== WHAT YOU ARE ASKED TO DO ==
Report the count of lines in the listing below that include the string "Wood", with no other text.

== MATERIAL FOR THIS TASK ==
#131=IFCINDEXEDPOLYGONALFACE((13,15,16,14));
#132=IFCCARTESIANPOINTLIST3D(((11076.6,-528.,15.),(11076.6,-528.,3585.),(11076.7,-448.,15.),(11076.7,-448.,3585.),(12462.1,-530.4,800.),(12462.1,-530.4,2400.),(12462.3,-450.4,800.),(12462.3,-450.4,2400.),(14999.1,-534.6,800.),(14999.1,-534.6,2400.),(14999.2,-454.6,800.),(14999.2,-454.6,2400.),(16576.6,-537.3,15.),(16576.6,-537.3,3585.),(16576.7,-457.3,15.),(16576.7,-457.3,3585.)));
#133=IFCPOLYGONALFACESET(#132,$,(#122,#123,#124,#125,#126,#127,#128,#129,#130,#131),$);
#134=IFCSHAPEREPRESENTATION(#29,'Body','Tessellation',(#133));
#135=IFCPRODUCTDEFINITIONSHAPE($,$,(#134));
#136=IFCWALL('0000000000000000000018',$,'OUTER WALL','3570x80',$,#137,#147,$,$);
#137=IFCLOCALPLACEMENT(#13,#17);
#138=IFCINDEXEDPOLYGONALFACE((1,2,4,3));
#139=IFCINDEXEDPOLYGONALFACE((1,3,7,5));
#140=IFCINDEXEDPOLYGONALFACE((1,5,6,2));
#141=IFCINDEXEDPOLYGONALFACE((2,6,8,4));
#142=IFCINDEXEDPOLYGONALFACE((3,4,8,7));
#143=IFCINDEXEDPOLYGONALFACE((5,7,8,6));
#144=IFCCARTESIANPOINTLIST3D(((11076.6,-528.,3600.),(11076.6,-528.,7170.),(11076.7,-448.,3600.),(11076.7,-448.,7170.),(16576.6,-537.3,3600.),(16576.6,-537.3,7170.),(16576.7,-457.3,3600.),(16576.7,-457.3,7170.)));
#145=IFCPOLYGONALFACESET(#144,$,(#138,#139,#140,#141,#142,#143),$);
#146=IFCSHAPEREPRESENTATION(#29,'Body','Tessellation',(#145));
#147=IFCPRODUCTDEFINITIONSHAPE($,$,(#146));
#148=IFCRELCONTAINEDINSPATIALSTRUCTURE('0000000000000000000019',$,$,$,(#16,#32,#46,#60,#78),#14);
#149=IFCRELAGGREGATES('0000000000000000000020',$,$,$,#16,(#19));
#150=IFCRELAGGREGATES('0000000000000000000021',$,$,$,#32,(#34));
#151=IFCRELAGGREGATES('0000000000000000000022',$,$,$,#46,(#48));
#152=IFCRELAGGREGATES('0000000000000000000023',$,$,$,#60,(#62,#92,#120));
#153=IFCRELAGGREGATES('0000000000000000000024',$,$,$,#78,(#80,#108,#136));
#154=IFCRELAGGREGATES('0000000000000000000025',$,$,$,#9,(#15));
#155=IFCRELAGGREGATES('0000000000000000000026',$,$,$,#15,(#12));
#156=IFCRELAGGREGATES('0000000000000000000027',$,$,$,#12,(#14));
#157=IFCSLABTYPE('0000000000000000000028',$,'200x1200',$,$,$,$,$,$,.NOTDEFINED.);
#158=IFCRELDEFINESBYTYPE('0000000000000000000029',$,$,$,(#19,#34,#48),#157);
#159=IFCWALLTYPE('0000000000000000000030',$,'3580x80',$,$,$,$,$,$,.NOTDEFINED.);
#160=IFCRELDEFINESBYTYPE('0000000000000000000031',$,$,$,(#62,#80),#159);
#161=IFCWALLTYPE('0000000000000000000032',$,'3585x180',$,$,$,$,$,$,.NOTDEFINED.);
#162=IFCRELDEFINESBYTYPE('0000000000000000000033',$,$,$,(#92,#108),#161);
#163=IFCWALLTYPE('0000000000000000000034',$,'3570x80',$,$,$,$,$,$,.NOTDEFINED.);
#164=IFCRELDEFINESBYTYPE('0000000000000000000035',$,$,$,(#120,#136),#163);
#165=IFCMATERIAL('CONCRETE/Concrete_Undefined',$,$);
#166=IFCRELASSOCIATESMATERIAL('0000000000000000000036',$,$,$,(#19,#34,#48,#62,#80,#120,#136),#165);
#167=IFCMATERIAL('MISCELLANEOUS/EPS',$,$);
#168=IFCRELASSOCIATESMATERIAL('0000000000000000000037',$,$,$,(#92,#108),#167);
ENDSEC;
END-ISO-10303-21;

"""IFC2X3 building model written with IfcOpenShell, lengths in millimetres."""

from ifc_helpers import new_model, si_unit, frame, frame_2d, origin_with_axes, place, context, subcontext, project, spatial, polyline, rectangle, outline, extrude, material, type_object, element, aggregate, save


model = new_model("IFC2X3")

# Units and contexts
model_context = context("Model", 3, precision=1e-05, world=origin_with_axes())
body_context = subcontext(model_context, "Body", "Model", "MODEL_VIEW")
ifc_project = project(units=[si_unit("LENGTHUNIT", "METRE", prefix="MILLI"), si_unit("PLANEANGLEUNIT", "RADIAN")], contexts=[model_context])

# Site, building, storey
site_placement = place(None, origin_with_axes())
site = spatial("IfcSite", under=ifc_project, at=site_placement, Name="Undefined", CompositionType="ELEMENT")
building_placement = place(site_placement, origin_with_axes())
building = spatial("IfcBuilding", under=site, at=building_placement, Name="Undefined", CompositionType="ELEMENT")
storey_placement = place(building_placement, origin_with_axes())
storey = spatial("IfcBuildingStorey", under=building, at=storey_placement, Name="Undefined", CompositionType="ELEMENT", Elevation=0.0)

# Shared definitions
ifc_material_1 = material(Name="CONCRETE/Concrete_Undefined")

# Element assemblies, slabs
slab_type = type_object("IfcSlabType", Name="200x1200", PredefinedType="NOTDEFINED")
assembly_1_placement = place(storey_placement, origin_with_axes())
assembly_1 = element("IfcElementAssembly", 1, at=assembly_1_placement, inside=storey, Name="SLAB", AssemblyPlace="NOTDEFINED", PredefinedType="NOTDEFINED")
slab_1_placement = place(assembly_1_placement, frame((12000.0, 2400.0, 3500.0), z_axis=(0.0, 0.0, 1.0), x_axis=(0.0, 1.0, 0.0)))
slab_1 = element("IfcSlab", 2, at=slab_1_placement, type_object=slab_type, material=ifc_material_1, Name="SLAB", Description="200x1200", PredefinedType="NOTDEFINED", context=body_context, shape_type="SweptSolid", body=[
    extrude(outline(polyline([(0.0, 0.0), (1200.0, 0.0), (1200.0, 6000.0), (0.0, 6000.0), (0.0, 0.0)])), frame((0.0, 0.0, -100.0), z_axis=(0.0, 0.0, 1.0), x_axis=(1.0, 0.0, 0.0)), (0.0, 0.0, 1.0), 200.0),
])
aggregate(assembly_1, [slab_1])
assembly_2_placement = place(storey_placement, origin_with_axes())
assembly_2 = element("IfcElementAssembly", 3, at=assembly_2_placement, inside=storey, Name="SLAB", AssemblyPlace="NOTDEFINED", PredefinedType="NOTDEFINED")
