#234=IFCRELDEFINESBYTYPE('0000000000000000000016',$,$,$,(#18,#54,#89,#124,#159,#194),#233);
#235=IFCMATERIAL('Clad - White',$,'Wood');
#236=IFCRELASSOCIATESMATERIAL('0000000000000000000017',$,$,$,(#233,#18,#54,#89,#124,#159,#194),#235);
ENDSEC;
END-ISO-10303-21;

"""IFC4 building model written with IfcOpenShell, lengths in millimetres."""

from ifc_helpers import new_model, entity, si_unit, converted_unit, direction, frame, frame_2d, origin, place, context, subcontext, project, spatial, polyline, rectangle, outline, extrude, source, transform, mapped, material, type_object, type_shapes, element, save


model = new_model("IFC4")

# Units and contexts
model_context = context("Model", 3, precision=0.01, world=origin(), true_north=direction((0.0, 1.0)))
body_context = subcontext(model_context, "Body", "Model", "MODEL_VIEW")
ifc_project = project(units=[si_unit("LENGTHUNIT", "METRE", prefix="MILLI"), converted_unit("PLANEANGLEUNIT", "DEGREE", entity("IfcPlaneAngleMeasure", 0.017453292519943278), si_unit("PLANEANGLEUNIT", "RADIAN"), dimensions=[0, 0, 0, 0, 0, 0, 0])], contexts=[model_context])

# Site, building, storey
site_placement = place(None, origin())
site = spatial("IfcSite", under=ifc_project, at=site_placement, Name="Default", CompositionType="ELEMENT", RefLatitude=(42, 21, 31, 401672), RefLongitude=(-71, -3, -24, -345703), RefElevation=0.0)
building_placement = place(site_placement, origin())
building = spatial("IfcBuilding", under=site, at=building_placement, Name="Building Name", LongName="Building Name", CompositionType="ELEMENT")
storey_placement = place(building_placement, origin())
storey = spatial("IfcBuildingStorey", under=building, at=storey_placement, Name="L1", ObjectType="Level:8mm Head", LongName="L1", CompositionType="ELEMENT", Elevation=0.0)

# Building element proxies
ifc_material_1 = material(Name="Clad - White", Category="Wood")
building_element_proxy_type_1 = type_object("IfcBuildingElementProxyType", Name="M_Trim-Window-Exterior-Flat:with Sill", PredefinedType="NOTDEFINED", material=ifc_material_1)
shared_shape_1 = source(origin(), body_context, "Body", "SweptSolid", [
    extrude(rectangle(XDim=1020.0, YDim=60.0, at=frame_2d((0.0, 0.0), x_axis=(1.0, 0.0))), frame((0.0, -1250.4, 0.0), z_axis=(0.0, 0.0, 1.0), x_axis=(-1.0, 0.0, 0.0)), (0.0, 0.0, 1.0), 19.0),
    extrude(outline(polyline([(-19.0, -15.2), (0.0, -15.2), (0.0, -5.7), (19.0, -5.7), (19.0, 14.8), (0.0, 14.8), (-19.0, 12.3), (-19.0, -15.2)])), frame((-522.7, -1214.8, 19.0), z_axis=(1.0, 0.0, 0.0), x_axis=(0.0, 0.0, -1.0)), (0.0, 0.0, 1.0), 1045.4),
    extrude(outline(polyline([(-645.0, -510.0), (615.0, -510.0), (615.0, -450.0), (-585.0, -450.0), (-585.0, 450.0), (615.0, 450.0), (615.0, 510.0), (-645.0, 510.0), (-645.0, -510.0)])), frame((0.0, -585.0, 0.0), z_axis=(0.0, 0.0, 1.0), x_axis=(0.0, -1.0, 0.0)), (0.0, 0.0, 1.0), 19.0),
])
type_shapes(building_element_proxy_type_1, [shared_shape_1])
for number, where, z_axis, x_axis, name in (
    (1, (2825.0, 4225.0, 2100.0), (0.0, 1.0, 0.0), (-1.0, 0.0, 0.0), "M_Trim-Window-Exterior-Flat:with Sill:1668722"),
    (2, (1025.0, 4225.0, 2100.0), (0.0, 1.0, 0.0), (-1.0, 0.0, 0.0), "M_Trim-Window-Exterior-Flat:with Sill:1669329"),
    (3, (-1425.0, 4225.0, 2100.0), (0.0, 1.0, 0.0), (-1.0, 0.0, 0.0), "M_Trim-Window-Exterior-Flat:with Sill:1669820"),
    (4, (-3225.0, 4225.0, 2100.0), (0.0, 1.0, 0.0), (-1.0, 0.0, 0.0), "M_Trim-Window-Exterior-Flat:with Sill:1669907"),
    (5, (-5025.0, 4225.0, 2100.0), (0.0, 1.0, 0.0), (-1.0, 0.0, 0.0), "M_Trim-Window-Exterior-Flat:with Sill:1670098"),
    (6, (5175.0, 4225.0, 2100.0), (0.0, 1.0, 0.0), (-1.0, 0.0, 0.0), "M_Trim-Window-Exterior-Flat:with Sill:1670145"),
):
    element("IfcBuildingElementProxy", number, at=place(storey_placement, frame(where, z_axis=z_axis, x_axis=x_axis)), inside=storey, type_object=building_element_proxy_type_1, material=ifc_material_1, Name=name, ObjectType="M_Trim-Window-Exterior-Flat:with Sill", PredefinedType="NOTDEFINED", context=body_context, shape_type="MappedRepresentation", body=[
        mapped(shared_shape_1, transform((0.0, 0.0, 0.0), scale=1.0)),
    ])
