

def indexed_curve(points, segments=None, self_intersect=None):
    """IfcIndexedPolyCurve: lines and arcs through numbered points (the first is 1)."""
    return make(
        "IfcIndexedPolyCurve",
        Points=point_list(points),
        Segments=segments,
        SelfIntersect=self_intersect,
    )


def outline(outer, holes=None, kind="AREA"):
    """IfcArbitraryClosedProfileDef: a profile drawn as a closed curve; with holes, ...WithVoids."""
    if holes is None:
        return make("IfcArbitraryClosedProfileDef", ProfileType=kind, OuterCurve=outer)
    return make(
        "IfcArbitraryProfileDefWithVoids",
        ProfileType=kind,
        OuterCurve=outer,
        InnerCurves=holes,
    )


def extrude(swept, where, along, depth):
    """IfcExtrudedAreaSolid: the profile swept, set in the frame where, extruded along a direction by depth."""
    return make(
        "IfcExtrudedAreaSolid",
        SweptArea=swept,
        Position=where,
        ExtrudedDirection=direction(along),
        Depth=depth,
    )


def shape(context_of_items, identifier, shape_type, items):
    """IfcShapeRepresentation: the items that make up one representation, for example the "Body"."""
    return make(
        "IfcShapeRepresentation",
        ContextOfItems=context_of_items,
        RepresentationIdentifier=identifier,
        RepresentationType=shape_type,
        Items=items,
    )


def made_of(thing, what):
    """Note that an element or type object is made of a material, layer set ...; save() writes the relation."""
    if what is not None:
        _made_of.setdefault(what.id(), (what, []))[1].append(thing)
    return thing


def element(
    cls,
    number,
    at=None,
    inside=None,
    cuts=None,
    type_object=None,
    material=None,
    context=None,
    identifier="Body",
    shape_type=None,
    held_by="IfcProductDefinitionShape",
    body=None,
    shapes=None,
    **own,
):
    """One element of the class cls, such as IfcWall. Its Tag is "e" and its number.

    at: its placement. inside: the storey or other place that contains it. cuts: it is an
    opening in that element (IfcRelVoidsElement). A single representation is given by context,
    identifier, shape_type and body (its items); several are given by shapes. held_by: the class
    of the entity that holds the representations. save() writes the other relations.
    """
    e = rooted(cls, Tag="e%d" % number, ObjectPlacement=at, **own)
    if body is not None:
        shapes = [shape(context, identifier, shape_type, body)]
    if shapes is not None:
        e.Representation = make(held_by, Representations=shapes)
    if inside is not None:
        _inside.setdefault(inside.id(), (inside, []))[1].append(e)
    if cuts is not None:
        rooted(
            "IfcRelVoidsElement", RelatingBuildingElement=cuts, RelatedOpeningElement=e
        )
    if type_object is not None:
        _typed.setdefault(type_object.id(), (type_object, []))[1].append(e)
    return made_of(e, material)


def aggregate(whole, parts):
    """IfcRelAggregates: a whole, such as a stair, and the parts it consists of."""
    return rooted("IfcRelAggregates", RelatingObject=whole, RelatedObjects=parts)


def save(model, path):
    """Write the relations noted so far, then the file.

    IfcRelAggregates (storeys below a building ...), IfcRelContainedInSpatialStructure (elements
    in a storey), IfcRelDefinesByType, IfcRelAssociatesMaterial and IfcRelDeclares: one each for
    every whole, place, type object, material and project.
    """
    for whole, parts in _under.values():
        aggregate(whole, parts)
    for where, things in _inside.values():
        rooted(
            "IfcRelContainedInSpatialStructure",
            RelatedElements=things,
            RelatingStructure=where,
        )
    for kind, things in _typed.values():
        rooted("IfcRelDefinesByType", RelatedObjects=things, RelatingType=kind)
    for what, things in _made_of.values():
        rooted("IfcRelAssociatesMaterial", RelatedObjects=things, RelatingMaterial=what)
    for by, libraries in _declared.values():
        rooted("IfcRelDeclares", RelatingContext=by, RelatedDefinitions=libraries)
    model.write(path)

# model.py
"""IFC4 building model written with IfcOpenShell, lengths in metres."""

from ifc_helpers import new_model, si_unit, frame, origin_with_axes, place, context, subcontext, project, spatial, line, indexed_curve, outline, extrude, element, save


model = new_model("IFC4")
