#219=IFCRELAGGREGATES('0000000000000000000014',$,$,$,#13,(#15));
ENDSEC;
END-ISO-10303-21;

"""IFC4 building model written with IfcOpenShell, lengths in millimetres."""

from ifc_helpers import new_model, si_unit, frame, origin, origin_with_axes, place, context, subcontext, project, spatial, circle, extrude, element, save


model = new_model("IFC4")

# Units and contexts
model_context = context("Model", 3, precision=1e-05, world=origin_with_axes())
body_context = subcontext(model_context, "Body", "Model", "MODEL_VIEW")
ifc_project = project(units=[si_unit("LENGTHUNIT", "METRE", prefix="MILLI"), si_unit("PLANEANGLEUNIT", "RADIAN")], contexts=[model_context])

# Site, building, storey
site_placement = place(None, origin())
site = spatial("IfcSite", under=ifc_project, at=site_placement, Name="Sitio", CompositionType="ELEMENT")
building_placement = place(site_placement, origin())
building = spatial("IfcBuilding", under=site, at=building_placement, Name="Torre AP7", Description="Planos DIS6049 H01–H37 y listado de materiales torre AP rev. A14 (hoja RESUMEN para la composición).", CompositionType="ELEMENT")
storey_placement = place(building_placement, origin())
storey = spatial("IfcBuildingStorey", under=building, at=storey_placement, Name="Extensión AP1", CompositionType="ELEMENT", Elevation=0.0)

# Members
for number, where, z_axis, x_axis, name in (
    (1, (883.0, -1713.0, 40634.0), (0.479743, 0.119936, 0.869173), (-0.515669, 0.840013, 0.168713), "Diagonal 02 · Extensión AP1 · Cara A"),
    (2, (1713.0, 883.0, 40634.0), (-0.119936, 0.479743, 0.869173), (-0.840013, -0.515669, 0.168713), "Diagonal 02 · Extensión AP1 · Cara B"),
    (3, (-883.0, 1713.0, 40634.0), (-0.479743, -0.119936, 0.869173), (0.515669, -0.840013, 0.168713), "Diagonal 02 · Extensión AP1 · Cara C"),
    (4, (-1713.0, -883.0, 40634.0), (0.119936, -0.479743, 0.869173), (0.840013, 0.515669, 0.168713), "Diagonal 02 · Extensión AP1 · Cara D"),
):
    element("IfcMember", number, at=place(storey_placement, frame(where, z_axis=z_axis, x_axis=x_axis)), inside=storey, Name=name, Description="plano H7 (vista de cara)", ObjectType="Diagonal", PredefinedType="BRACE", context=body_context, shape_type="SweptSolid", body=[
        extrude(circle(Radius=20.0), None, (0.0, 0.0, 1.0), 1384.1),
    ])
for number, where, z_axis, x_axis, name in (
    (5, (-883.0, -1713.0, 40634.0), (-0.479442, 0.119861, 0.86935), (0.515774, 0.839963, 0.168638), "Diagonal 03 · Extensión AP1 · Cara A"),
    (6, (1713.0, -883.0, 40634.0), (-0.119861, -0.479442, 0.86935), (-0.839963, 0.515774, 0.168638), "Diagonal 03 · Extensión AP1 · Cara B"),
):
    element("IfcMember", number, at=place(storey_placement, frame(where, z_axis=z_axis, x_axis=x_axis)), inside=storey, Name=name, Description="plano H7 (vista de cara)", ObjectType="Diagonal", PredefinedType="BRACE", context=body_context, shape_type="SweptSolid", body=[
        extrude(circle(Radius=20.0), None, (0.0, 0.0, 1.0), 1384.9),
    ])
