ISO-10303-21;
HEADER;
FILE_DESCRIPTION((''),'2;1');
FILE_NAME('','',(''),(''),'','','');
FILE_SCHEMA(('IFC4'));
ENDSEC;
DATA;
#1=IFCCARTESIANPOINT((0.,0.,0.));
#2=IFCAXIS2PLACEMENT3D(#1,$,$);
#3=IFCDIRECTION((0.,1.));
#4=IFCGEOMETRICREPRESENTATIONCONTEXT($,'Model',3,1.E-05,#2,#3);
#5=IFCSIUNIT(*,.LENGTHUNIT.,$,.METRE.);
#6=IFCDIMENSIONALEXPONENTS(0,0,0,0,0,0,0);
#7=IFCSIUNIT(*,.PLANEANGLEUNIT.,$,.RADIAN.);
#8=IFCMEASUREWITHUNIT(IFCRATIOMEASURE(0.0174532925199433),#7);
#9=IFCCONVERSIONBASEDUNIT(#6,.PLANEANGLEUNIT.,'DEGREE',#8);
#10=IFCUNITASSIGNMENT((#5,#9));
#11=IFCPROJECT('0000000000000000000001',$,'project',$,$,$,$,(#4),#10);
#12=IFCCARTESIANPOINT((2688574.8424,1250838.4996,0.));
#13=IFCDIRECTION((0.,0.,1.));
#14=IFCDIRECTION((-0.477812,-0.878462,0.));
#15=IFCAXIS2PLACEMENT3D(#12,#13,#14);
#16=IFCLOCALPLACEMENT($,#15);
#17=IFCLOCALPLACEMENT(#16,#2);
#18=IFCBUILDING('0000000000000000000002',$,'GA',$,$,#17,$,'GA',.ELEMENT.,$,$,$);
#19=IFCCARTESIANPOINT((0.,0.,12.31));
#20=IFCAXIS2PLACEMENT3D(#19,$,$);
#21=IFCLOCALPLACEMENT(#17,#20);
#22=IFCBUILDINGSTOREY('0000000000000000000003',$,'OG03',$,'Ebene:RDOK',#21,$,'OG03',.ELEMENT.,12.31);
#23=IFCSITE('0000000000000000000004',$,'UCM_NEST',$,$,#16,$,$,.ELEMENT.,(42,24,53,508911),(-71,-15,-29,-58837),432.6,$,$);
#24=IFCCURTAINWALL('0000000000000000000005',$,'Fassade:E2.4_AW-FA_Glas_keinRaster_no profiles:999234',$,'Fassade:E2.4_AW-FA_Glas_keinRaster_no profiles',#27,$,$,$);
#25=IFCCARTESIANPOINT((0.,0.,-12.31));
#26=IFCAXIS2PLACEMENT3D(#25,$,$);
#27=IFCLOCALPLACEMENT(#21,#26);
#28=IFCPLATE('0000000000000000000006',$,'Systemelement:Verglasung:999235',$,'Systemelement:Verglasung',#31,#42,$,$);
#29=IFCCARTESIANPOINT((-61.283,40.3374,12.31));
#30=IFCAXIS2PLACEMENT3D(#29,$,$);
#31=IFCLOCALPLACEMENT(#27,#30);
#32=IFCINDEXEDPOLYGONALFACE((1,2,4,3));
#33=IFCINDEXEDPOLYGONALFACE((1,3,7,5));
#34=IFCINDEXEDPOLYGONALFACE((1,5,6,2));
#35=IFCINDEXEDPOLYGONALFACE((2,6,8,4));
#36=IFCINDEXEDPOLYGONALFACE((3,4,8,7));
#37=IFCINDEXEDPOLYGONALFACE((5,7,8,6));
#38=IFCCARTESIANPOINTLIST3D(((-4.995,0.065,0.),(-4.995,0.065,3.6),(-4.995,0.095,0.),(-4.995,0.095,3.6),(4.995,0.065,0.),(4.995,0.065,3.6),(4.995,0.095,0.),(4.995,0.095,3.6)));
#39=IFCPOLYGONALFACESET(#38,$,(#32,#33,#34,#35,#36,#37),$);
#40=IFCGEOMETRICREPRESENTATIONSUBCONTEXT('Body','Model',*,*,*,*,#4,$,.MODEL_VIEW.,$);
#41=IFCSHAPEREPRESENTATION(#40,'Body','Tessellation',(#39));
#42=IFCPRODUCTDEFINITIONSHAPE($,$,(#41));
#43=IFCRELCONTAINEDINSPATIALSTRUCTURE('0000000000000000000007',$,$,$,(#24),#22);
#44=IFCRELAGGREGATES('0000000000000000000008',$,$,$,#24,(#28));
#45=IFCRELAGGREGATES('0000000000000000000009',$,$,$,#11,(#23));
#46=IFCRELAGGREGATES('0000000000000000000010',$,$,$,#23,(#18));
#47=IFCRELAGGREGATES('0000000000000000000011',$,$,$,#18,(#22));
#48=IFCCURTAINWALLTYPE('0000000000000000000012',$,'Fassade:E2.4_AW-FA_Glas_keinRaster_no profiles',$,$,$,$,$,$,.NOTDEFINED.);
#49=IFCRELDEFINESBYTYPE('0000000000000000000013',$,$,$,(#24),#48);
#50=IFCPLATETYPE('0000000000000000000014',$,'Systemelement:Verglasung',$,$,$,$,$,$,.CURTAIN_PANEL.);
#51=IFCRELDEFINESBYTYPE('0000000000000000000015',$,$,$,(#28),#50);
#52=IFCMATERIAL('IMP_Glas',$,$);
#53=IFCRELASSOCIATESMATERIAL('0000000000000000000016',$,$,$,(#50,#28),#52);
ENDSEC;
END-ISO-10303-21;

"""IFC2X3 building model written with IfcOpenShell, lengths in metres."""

from ifc_helpers import new_model, entity, si_unit, converted_unit, direction, frame, frame_2d, origin, place, context, subcontext, project, spatial, rectangle, extrude, source, transform, mapped, material, type_object, type_shapes, element, aggregate, save


model = new_model("IFC2X3")

# Units and contexts
model_context = context("Model", 3, precision=1e-05, world=origin(), true_north=direction((0.0, 1.0)))
body_context = subcontext(model_context, "Body", "Model", "MODEL_VIEW")
ifc_project = project(units=[si_unit("LENGTHUNIT", "METRE"), converted_unit("PLANEANGLEUNIT", "DEGREE", entity("IfcRatioMeasure", 0.0174532925199433), si_unit("PLANEANGLEUNIT", "RADIAN"), dimensions=[0, 0, 0, 0, 0, 0, 0])], contexts=[model_context])

# Site, building, storey
site_placement = place(None, frame((2688574.8424, 1250838.4996, 0.0), z_axis=(0.0, 0.0, 1.0), x_axis=(-0.477812, -0.878462, 0.0)))
site = spatial("IfcSite", under=ifc_project, at=site_placement, Name="UCM_NEST", CompositionType="ELEMENT", RefLatitude=(42, 24, 53, 508911), RefLongitude=(-71, -15, -29, -58837), RefElevation=432.6)
building_placement = place(site_placement, origin())
building = spatial("IfcBuilding", under=site, at=building_placement, Name="GA", LongName="GA", CompositionType="ELEMENT")
storey_placement = place(building_placement, frame((0.0, 0.0, 12.31)))
storey = spatial("IfcBuildingStorey", under=building, at=storey_placement, Name="OG03", ObjectType="Ebene:RDOK", LongName="OG03", CompositionType="ELEMENT", Elevation=12.31)

# Curtain wall, plate
curtain_wall_type = type_object("IfcCurtainWallType", Name="Fassade:E2.4_AW-FA_Glas_keinRaster_no profiles", PredefinedType="NOTDEFINED")
curtain_wall_placement = place(storey_placement, frame((0.0, 0.0, -12.31)))
curtain_wall = element("IfcCurtainWall", 1, at=curtain_wall_placement, inside=storey, type_object=curtain_wall_type, Name="Fassade:E2.4_AW-FA_Glas_keinRaster_no profiles:999234", ObjectType="Fassade:E2.4_AW-FA_Glas_keinRaster_no profiles")
ifc_material_1 = material(Name="IMP_Glas")
plate_type = type_object("IfcPlateType", Name="Systemelement:Verglasung", PredefinedType="CURTAIN_PANEL", material=ifc_material_1)
shared_shape_1 = source(origin(), body_context, "Body", "SweptSolid", [
    extrude(rectangle(XDim=0.03, YDim=9.99, at=frame_2d((0.0, 0.0), x_axis=(1.0, 0.0))), frame((0.0, 0.08, 0.0), z_axis=(0.0, 0.0, 1.0), x_axis=(0.0, 1.0, 0.0)), (0.0, 0.0, 1.0), 3.6),
])
type_shapes(plate_type, [shared_shape_1])
plate_placement = place(curtain_wall_placement, frame((-61.283, 40.3374, 12.31)))
plate = element("IfcPlate", 2, at=plate_placement, type_object=plate_type, material=ifc_material_1, Name="Systemelement:Verglasung:999235", ObjectType="Systemelement:Verglasung", context=body_context, shape_type="MappedRepresentation", body=[
    mapped(shared_shape_1, transform((0.0, 0.0, 0.0), scale=1.0)),
])
aggregate(curtain_wall, [plate])

save(model, "model.ifc")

== ANSWER ==
2